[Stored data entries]
◇ ◇ ◇ ◇ ◇ ◇ ◇
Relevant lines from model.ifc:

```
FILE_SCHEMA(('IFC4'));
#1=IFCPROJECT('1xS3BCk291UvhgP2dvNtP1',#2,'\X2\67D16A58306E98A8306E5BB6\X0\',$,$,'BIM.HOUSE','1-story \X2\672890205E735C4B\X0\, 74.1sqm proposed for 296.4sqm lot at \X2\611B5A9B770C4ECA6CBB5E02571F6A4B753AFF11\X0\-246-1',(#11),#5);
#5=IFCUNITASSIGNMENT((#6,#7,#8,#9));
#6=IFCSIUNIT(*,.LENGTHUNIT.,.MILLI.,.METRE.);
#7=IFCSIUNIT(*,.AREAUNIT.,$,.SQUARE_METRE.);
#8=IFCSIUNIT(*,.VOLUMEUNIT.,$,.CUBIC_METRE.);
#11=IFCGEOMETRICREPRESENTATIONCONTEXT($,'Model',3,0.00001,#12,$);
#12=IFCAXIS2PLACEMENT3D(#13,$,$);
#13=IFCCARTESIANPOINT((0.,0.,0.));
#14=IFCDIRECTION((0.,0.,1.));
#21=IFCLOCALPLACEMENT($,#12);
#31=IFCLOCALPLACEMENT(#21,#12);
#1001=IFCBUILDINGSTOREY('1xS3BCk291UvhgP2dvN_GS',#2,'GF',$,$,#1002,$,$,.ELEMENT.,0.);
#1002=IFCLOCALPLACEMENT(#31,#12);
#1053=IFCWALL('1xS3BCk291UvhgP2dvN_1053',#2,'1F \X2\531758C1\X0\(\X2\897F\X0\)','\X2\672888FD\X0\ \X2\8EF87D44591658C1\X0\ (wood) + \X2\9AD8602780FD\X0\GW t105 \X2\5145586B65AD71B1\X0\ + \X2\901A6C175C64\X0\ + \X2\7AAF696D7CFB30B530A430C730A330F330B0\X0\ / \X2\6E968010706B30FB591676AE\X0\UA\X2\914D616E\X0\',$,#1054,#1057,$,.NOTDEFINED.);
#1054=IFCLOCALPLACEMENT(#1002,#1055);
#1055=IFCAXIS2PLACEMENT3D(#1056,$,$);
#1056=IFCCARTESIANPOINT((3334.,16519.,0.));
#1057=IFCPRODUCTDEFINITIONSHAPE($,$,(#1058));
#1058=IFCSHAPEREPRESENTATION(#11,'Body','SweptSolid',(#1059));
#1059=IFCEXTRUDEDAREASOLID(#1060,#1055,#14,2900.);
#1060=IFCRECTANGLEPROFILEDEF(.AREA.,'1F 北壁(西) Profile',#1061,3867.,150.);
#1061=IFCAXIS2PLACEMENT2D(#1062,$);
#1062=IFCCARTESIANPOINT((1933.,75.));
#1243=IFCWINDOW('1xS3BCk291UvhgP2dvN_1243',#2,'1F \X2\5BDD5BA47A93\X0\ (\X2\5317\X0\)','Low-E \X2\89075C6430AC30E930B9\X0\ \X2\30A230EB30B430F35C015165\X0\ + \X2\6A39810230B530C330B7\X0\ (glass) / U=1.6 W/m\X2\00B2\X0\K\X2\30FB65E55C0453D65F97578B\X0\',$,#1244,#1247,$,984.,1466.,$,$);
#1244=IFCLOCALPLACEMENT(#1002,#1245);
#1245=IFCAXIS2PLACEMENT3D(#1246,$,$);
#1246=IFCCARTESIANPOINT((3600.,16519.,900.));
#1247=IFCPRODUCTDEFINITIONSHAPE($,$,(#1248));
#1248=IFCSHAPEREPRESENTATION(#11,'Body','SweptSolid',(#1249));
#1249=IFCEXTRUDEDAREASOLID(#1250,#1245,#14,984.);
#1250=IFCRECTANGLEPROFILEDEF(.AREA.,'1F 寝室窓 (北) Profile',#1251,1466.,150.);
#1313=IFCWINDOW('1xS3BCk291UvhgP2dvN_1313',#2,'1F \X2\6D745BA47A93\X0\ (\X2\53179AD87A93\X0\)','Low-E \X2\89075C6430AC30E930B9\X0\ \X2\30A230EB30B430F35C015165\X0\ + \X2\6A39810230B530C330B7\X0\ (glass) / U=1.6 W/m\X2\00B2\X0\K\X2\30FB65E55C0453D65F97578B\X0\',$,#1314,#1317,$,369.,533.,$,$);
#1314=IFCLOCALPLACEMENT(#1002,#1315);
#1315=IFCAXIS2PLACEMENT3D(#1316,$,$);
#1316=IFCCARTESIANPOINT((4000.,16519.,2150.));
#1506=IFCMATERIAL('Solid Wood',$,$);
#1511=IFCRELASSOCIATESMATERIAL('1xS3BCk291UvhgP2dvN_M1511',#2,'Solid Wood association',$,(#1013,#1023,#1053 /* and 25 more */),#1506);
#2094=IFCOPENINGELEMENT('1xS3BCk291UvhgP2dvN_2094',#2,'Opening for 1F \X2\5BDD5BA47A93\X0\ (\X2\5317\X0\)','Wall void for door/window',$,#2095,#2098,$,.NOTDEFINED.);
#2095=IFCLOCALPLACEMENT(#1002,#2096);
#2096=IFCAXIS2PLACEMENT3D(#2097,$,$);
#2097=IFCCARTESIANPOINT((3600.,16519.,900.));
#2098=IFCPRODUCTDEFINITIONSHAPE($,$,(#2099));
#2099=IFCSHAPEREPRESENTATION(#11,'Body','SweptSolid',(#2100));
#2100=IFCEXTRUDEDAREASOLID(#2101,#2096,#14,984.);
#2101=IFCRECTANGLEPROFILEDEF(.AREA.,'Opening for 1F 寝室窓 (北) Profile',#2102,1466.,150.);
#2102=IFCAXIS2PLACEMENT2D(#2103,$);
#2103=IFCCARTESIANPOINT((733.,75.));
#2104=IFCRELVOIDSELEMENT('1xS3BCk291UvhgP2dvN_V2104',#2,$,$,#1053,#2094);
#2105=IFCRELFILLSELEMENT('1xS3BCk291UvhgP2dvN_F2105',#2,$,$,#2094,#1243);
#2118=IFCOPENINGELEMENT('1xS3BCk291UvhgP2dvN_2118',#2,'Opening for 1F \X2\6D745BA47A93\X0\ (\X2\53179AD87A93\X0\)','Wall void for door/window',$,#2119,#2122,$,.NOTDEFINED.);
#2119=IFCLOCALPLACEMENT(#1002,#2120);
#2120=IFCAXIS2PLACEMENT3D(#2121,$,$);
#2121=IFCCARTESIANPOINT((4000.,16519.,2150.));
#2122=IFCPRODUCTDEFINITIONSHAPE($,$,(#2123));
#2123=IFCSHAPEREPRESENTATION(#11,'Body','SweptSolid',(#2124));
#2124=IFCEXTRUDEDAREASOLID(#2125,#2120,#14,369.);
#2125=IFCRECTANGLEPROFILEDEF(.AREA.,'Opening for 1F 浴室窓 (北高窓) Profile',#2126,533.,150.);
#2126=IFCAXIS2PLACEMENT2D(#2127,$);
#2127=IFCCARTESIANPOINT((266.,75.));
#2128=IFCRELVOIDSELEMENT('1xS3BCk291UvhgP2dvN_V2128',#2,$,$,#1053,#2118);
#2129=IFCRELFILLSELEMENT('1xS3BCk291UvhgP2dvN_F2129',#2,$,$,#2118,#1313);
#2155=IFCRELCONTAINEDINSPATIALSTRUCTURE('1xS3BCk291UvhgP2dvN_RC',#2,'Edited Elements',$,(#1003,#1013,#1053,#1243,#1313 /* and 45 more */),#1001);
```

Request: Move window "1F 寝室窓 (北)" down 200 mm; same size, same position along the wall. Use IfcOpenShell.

```python
import numpy as np
import ifcopenshell
import ifcopenshell.api.geometry
import ifcopenshell.util.placement
import ifcopenshell.util.unit

model = ifcopenshell.open("model.ifc")
unit_scale = ifcopenshell.util.unit.calculate_unit_scale(model)

window = model.by_guid("1xS3BCk291UvhgP2dvN_1243")
opening = window.FillsVoids[0].RelatingOpeningElement
dz = -0.2 / unit_scale

shift = np.array([0.0, 0.0, dz])
# The window is not placed relative to its opening, so move both.
for product in (opening, window):
    matrix = ifcopenshell.util.placement.get_local_placement(product.ObjectPlacement)
    matrix[:3, 3] += shift
    ifcopenshell.api.geometry.edit_object_placement(model, product=product, matrix=matrix, is_si=False)

print(f"moved by {dz * unit_scale:+.3f} m")

model.write("model-out.ifc")
```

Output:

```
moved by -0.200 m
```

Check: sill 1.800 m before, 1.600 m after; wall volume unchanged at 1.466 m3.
◇ ◇ ◇ ◇ ◇ ◇ ◇
*What you are asked to do*:
Using the records above, pull out each line where the word "NOTDEFINED" occurs.

*Answer below*:
#1053=IFCWALL('1xS3BCk291UvhgP2dvN_1053',#2,'1F \X2\531758C1\X0\(\X2\897F\X0\)','\X2\672888FD\X0\ \X2\8EF87D44591658C1\X0\ (wood) + \X2\9AD8602780FD\X0\GW t105 \X2\5145586B65AD71B1\X0\ + \X2\901A6C175C64\X0\ + \X2\7AAF696D7CFB30B530A430C730A330F330B0\X0\ / \X2\6E968010706B30FB591676AE\X0\UA\X2\914D616E\X0\',$,#1054,#1057,$,.NOTDEFINED.);
#2094=IFCOPENINGELEMENT('1xS3BCk291UvhgP2dvN_2094',#2,'Opening for 1F \X2\5BDD5BA47A93\X0\ (\X2\5317\X0\)','Wall void for door/window',$,#2095,#2098,$,.NOTDEFINED.);
#2118=IFCOPENINGELEMENT('1xS3BCk291UvhgP2dvN_2118',#2,'Opening for 1F \X2\6D745BA47A93\X0\ (\X2\53179AD87A93\X0\)','Wall void for door/window',$,#2119,#2122,$,.NOTDEFINED.);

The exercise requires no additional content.